[Opening INPUT FOR THIS TASK section]

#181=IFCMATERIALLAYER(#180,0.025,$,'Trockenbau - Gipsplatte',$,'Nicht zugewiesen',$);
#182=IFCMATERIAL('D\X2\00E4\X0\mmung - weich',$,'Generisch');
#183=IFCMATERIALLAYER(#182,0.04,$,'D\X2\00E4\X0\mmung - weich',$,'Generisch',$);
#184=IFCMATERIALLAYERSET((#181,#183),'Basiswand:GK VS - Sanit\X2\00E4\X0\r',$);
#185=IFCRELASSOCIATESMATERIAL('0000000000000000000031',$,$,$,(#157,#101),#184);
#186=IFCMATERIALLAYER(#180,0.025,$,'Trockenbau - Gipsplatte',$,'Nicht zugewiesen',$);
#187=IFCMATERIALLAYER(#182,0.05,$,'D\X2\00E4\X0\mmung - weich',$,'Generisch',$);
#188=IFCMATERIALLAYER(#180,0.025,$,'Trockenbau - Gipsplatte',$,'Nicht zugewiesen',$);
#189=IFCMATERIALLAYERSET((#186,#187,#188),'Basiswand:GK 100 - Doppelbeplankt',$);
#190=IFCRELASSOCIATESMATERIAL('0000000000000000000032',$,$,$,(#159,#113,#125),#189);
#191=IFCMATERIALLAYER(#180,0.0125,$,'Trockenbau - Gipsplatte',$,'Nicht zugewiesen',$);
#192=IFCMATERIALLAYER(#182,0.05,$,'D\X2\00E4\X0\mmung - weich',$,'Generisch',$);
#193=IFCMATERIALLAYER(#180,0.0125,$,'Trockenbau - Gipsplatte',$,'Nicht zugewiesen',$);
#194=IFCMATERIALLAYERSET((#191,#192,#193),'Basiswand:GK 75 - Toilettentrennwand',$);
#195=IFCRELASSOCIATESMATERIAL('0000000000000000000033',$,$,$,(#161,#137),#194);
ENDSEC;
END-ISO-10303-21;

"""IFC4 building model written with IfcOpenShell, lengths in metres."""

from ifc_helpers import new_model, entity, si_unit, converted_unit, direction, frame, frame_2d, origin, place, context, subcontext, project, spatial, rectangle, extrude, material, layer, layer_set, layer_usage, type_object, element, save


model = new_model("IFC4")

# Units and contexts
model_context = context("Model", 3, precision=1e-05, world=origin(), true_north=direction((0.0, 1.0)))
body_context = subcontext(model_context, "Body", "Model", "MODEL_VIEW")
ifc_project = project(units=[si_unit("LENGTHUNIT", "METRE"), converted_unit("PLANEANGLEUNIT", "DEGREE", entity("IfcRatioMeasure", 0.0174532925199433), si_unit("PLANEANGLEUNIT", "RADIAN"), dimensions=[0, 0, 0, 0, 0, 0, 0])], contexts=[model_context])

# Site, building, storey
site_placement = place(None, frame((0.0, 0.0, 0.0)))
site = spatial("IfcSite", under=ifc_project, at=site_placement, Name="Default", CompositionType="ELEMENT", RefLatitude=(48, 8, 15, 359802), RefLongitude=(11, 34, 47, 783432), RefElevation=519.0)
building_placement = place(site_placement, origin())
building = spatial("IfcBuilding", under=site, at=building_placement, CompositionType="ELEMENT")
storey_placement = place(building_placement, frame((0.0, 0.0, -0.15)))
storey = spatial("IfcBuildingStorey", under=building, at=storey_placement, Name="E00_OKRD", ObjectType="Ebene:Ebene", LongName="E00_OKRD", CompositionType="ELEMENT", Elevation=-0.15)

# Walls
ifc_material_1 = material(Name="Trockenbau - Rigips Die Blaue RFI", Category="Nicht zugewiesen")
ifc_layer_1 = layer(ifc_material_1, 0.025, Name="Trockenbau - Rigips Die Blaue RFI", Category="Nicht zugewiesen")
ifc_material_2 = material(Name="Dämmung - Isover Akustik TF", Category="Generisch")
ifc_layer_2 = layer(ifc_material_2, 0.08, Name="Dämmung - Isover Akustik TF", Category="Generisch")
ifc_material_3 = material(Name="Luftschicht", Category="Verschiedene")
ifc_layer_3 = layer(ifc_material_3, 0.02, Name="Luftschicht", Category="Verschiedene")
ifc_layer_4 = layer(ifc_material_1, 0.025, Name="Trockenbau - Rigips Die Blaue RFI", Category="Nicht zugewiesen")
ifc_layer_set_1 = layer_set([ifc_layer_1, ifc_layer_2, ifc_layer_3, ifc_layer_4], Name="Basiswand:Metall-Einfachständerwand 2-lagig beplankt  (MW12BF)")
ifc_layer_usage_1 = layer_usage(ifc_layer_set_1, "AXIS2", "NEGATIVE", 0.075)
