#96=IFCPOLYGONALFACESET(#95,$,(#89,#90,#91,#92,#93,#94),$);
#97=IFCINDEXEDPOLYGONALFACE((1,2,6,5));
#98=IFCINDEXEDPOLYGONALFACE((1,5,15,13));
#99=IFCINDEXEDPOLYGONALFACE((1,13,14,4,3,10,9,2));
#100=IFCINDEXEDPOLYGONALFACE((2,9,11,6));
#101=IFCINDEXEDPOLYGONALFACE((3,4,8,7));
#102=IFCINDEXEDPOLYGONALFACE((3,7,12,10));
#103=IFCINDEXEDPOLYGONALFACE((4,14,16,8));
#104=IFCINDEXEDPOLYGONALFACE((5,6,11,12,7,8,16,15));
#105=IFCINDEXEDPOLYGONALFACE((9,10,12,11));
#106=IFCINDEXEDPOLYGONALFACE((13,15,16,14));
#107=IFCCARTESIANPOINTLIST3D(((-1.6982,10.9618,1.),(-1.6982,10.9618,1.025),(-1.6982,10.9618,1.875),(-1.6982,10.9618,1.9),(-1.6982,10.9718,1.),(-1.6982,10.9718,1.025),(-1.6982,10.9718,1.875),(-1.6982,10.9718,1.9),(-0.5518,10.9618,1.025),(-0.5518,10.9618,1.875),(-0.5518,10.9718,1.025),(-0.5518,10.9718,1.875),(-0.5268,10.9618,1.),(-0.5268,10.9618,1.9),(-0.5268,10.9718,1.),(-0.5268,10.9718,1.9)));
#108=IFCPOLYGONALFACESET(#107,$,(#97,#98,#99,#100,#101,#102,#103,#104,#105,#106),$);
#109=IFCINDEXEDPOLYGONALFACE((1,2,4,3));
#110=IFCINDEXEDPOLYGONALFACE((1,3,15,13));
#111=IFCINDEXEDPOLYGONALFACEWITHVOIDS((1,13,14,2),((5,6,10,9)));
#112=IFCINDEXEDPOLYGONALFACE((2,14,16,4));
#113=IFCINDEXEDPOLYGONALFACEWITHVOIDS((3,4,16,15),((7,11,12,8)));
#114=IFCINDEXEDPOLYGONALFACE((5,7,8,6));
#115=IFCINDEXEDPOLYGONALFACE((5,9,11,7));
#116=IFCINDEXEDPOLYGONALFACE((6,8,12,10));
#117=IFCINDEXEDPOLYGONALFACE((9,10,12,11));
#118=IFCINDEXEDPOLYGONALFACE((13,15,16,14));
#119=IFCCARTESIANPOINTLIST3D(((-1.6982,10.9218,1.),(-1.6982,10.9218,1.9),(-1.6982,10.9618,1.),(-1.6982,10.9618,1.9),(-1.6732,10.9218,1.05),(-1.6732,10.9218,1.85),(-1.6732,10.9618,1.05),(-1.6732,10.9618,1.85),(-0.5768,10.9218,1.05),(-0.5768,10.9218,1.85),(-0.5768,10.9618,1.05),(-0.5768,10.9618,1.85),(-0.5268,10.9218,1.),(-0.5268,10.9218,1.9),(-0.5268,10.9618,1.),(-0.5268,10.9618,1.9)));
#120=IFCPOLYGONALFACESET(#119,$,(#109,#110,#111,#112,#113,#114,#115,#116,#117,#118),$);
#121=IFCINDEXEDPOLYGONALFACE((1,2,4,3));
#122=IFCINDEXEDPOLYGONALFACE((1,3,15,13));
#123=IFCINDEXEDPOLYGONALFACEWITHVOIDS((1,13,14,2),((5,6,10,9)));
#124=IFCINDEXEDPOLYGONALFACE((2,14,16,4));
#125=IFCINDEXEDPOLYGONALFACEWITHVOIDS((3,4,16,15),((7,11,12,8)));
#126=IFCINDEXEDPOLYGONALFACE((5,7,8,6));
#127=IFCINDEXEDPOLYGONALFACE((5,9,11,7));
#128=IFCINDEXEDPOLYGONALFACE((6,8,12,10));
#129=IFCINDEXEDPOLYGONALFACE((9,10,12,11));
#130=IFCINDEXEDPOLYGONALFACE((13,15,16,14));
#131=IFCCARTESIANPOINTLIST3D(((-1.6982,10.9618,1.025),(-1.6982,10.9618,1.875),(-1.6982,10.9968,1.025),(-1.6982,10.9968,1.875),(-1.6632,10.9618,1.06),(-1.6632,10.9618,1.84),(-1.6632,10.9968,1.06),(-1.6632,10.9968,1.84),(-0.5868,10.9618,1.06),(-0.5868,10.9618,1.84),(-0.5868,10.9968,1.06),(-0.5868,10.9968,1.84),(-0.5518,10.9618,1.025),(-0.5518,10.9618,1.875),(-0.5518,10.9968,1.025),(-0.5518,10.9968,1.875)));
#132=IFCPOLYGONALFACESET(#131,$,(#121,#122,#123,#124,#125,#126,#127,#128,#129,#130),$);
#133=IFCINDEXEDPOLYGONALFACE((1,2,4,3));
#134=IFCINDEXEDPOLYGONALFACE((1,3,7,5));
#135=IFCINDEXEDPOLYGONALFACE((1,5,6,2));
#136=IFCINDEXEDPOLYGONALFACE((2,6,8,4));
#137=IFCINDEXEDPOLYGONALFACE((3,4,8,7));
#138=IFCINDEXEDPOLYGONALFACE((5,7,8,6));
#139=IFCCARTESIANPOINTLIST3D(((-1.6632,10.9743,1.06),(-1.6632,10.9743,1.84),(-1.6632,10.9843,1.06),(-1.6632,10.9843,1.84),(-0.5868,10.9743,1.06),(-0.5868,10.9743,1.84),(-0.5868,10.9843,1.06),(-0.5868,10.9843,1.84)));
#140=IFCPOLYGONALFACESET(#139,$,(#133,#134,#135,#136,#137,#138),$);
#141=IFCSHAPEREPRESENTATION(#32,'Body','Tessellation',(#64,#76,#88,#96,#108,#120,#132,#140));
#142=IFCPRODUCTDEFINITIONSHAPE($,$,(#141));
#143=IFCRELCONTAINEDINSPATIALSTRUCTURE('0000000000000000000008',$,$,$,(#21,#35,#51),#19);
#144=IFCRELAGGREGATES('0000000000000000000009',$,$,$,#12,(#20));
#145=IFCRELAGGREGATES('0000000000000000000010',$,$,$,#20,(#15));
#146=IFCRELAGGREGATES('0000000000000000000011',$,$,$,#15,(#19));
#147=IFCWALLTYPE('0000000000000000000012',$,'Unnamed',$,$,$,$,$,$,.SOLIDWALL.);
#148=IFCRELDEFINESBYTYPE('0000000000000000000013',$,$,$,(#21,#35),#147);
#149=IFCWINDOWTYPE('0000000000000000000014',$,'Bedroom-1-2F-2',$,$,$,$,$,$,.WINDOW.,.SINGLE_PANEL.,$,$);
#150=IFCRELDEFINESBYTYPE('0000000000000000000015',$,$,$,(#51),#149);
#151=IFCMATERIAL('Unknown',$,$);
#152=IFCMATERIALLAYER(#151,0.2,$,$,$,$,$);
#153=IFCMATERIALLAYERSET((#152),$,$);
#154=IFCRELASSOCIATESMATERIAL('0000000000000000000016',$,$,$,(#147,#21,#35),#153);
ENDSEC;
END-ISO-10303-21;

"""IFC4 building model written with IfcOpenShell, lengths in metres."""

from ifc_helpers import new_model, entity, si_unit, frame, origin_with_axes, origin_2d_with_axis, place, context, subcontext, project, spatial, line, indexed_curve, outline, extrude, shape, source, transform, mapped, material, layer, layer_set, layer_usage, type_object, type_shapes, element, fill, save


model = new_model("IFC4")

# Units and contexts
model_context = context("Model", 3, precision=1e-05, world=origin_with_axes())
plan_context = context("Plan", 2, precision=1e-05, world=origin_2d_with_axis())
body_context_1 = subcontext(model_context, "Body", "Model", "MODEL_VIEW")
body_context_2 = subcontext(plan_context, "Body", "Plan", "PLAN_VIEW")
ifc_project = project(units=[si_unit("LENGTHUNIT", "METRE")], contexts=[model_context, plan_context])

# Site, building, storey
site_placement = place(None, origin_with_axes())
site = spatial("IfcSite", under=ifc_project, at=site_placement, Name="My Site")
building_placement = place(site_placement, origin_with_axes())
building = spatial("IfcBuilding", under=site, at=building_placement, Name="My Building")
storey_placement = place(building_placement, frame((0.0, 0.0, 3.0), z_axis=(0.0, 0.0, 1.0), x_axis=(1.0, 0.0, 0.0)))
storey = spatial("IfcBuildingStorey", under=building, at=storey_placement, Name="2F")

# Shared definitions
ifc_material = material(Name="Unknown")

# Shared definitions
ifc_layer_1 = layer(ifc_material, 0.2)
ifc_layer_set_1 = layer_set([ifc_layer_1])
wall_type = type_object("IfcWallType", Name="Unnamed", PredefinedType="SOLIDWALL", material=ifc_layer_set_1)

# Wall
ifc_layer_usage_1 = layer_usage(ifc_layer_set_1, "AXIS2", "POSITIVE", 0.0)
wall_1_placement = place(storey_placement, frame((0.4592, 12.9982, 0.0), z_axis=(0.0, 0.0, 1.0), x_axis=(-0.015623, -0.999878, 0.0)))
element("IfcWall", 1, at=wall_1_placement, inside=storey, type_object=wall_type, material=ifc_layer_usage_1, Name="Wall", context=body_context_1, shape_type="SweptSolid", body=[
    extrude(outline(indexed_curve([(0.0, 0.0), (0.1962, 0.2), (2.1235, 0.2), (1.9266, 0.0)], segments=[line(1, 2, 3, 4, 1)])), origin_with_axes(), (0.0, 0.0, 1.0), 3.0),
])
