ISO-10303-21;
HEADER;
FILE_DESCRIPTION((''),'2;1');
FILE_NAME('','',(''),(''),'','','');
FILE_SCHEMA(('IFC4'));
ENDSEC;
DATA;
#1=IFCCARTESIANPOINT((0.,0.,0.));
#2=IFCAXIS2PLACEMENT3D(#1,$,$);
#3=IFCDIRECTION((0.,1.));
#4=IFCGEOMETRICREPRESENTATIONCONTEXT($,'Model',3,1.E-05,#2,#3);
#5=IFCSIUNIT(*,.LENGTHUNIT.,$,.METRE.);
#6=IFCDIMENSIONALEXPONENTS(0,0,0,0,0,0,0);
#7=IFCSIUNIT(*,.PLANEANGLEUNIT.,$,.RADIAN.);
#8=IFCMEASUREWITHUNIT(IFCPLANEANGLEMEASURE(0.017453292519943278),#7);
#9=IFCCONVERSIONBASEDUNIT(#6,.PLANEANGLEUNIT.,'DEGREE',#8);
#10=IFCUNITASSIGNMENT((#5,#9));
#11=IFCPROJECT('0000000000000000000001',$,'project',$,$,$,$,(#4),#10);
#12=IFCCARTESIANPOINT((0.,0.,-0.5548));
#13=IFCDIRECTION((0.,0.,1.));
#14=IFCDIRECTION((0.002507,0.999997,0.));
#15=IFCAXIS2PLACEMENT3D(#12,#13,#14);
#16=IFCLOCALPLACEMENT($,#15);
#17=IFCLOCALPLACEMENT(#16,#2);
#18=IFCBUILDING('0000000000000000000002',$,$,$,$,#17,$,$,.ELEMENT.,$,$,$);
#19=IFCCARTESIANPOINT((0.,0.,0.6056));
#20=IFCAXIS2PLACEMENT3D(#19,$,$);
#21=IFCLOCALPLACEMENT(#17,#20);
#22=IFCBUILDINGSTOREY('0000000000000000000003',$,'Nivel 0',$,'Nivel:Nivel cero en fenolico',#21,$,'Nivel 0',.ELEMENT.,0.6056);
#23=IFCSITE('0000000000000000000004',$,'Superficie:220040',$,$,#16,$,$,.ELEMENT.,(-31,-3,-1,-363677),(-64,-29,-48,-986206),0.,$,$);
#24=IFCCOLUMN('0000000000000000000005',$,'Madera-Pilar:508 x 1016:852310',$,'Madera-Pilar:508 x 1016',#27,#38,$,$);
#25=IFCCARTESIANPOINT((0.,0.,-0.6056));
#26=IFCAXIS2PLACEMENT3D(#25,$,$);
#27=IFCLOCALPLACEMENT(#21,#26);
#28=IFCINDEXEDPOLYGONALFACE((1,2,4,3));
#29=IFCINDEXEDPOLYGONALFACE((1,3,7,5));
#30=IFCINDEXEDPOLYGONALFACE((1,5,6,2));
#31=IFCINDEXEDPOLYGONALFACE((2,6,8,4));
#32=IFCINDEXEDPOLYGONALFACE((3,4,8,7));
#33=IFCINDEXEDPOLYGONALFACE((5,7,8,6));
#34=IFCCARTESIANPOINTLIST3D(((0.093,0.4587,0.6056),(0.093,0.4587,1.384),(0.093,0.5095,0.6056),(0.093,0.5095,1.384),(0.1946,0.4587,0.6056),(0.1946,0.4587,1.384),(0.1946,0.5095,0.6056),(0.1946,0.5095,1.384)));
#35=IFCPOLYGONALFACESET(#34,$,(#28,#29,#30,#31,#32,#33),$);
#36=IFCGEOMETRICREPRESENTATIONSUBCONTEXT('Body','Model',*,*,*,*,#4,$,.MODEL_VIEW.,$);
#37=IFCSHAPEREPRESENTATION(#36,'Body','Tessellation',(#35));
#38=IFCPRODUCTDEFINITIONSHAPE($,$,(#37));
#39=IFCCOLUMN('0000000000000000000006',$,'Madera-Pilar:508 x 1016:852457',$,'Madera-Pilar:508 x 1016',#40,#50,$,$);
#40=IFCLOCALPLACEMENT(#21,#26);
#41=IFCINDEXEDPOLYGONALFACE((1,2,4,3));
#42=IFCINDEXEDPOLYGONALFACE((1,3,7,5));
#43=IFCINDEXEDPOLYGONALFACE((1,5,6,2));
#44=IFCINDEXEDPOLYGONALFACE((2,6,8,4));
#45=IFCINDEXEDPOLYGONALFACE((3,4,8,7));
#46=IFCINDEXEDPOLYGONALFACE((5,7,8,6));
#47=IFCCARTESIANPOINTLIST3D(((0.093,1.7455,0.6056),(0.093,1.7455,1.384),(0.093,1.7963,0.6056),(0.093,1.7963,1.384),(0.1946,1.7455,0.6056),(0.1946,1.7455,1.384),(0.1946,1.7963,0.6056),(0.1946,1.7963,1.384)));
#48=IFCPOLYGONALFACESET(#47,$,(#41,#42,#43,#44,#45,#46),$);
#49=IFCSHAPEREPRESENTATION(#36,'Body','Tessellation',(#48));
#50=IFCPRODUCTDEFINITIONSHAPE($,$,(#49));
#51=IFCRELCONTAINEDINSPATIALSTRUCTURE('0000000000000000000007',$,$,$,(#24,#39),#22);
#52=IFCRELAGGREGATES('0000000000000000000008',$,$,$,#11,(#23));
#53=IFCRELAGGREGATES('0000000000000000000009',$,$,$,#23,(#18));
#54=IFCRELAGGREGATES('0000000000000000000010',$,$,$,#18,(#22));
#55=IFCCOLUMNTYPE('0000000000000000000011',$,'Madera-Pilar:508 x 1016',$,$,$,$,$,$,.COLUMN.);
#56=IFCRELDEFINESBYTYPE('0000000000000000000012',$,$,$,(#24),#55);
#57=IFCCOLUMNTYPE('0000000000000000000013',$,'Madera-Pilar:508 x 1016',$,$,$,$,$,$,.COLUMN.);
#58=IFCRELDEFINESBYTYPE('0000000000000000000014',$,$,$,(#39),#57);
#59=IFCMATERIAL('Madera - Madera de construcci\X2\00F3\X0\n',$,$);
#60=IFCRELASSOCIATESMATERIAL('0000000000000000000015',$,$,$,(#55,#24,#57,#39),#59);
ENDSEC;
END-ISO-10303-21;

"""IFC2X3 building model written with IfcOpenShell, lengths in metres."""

from ifc_helpers import new_model, entity, si_unit, converted_unit, direction, frame, frame_2d, origin, place, context, subcontext, project, spatial, rectangle, extrude, source, transform, mapped, material, type_object, type_shapes, element, save


model = new_model("IFC2X3")

# Units and contexts
model_context = context("Model", 3, precision=1e-05, world=origin(), true_north=direction((0.0, 1.0)))
body_context = subcontext(model_context, "Body", "Model", "MODEL_VIEW")
ifc_project = project(units=[si_unit("LENGTHUNIT", "METRE"), converted_unit("PLANEANGLEUNIT", "DEGREE", entity("IfcPlaneAngleMeasure", 0.017453292519943278), si_unit("PLANEANGLEUNIT", "RADIAN"), dimensions=[0, 0, 0, 0, 0, 0, 0])], contexts=[model_context])

# Site, building, storey
site_placement = place(None, frame((0.0, 0.0, -0.5548), z_axis=(0.0, 0.0, 1.0), x_axis=(0.002507, 0.999997, 0.0)))
site = spatial("IfcSite", under=ifc_project, at=site_placement, Name="Superficie:220040", CompositionType="ELEMENT", RefLatitude=(-31, -3, -1, -363677), RefLongitude=(-64, -29, -48, -986206), RefElevation=0.0)
building_placement = place(site_placement, origin())
building = spatial("IfcBuilding", under=site, at=building_placement, CompositionType="ELEMENT")
storey_placement = place(building_placement, frame((0.0, 0.0, 0.6056)))
storey = spatial("IfcBuildingStorey", under=building, at=storey_placement, Name="Nivel 0", ObjectType="Nivel:Nivel cero en fenolico", LongName="Nivel 0", CompositionType="ELEMENT", Elevation=0.6056)

# Columns
ifc_material = material(Name="Madera - Madera de construcción")
column_type_1 = type_object("IfcColumnType", Name="Madera-Pilar:508 x 1016", PredefinedType="COLUMN", material=ifc_material)
shared_shape_1 = source(origin(), body_context, "Body", "SweptSolid", [
    extrude(rectangle(XDim=0.1016, YDim=0.0508, at=frame_2d((0.0, 0.0), x_axis=(1.0, 0.0))), frame((0.1438, 0.4841, 0.6056), z_axis=(0.0, 0.0, 1.0), x_axis=(-1.0, 0.0, 0.0)), (0.0, 0.0, 1.0), 0.7784),
])
type_shapes(column_type_1, [shared_shape_1])
column_1_placement = place(storey_placement, frame((0.0, 0.0, -0.6056)))
element("IfcColumn", 1, at=column_1_placement, inside=storey, type_object=column_type_1, material=ifc_material, Name="Madera-Pilar:508 x 1016:852310", ObjectType="Madera-Pilar:508 x 1016", context=body_context, shape_type="MappedRepresentation", body=[
    mapped(shared_shape_1, transform((0.0, 0.0, 0.0), scale=1.0)),
])
column_type_2 = type_object("IfcColumnType", Name="Madera-Pilar:508 x 1016", PredefinedType="COLUMN", material=ifc_material)
shared_shape_2 = source(origin(), body_context, "Body", "SweptSolid", [
    extrude(rectangle(XDim=0.1016, YDim=0.0508, at=frame_2d((0.0, 0.0), x_axis=(1.0, 0.0))), frame((0.1438, 1.7709, 0.6056), z_axis=(0.0, 0.0, 1.0), x_axis=(-1.0, 0.0, 0.0)), (0.0, 0.0, 1.0), 0.7784),
])
type_shapes(column_type_2, [shared_shape_2])
column_2_placement = place(storey_placement, frame((0.0, 0.0, -0.6056)))
element("IfcColumn", 2, at=column_2_placement, inside=storey, type_object=column_type_2, material=ifc_material, Name="Madera-Pilar:508 x 1016:852457", ObjectType="Madera-Pilar:508 x 1016", context=body_context, shape_type="MappedRepresentation", body=[
    mapped(shared_shape_2, transform((0.0, 0.0, 0.0), scale=1.0)),
])

save(model, "model.ifc")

[Closing INPUT FOR THIS TASK section]

◆ YOUR OBJECTIVE: The entries above hold a line with "#97=IFCINDEXEDPOLYGONALFACE((1,2,6,5));" and a later line with "#118=IFCINDEXEDPOLYGONALFACE((13,15,16,14));". Write out exactly those lines and all lines between, nothing more.

◆ SOLUTION FOR THIS PROBLEM:
#97=IFCINDEXEDPOLYGONALFACE((1,2,6,5));
#98=IFCINDEXEDPOLYGONALFACE((1,5,15,13));
#99=IFCINDEXEDPOLYGONALFACE((1,13,14,4,3,10,9,2));
#100=IFCINDEXEDPOLYGONALFACE((2,9,11,6));
#101=IFCINDEXEDPOLYGONALFACE((3,4,8,7));
#102=IFCINDEXEDPOLYGONALFACE((3,7,12,10));
#103=IFCINDEXEDPOLYGONALFACE((4,14,16,8));
#104=IFCINDEXEDPOLYGONALFACE((5,6,11,12,7,8,16,15));
#105=IFCINDEXEDPOLYGONALFACE((9,10,12,11));
#106=IFCINDEXEDPOLYGONALFACE((13,15,16,14));
#107=IFCCARTESIANPOINTLIST3D(((-1.6982,10.9618,1.),(-1.6982,10.9618,1.025),(-1.6982,10.9618,1.875),(-1.6982,10.9618,1.9),(-1.6982,10.9718,1.),(-1.6982,10.9718,1.025),(-1.6982,10.9718,1.875),(-1.6982,10.9718,1.9),(-0.5518,10.9618,1.025),(-0.5518,10.9618,1.875),(-0.5518,10.9718,1.025),(-0.5518,10.9718,1.875),(-0.5268,10.9618,1.),(-0.5268,10.9618,1.9),(-0.5268,10.9718,1.),(-0.5268,10.9718,1.9)));
#108=IFCPOLYGONALFACESET(#107,$,(#97,#98,#99,#100,#101,#102,#103,#104,#105,#106),$);
#109=IFCINDEXEDPOLYGONALFACE((1,2,4,3));
#110=IFCINDEXEDPOLYGONALFACE((1,3,15,13));
#111=IFCINDEXEDPOLYGONALFACEWITHVOIDS((1,13,14,2),((5,6,10,9)));
#112=IFCINDEXEDPOLYGONALFACE((2,14,16,4));
#113=IFCINDEXEDPOLYGONALFACEWITHVOIDS((3,4,16,15),((7,11,12,8)));
#114=IFCINDEXEDPOLYGONALFACE((5,7,8,6));
#115=IFCINDEXEDPOLYGONALFACE((5,9,11,7));
#116=IFCINDEXEDPOLYGONALFACE((6,8,12,10));
#117=IFCINDEXEDPOLYGONALFACE((9,10,12,11));
#118=IFCINDEXEDPOLYGONALFACE((13,15,16,14));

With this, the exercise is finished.